Lawrence of Arabia came to the big-screen.  It established David Lean as the foremost director of epics in film history and inspired a young Steven Spielberg to become a director.  It became one of the biggest box-office hits of the year, won the Oscar and is still considered one of the finest films ever made.

Film History: Marilyn Monroe is found dead on 6 August.  Darryl Zanuck takes over as President of 20th Century-Fox as budget problems on Cleopatra threaten to sink the studio, with the relationship between Liz Taylor and Dick Burton dominating headlines to the extent that the Vatican makes a negative comment.  Censorship fades back a bit as film versions of Lolita and Advise and Consent both make it to the big-screen.  Sight and Sound conducts its second poll of the best films ever made; Citizen Kane, not even making the top 10 in the 1952 poll, heads the list.  Dr. No is released in Britain – the first of the James Bond series (long the most successful franchise in film history, but now third behind Star Wars and Harry Potter).  At the premiere of Mama Roma, director Pier Paolo Pasolini is attacked by fasicts.  Michael Curtiz dies in April, Frank Borzage in June and Tod Browning in October.  Roman Polanski’s first feature film, Knife in the Water, is released in his native Poland.

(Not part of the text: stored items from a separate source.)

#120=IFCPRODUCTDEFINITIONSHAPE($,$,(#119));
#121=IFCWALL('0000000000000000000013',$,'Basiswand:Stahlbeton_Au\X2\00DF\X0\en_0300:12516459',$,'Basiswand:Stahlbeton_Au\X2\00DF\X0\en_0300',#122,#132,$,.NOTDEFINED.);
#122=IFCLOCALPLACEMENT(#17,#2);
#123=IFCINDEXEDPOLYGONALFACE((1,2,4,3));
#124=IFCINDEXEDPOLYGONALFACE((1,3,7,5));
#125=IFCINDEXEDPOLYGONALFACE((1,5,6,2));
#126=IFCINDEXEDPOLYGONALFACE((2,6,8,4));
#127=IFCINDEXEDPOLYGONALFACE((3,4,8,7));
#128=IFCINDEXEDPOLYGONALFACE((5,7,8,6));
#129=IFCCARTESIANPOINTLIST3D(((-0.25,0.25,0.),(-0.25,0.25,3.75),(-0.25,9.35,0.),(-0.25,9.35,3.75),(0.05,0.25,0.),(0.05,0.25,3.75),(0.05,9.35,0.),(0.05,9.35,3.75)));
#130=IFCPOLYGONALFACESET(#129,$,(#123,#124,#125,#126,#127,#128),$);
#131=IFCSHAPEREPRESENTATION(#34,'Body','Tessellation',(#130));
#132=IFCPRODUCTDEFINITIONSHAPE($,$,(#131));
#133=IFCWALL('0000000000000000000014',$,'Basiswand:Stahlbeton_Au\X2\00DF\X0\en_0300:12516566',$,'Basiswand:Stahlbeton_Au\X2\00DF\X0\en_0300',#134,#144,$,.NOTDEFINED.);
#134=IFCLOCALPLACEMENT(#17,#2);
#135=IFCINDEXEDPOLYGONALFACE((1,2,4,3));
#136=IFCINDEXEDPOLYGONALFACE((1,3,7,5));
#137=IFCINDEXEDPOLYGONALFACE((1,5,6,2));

Academy Awards: Lawrence of Arabia becomes the third film in four years to win big at the Oscars (7 Oscars out of 10 nominations, including all five major technical awards) but fail to win Best Adapted Screenplay.  For the first time since 1956, a film is nominated for Best Picture without Director, Screenplay or any acting nominations.  For the first time since 1935, three films manage to do it (The Music Man, Mutiny on the Bounty, The Longest Day).  Only five films since have done it (Dr. Dolittle, Hello Dolly, Jaws, Beauty and the Beast , The Two Towers).  For the first time, three films are nominated for Director and Screenplay without Best Picture nominations (Divorce – Italian Style, David and Lisa, The Miracle Worker).  Ingmar Bergman earns his first Oscar nomination for the Screenplay of Through a Glass Darkly.

The Oscars embarrass themselves with the nomination of Mutiny on the Bounty for Best Picture (among its seven nominations – most of which are undeserving of their nomination) but acquits itself by handing seven Oscars to Lawrence of Arabia (supposedly the producers forgot to put forth the costumes and thus cost it an eleventh nomination and eighth Oscar).  The Academy goes for the all-time hero of Atticus Finch and hand their Oscar to Gregory Peck rather than Peter O’Toole’s intense, brilliant portrayal of T.E. Lawrence.  The screenwriters show some flare by nominating Through a Glass Darkly and Last Year at Marienbad.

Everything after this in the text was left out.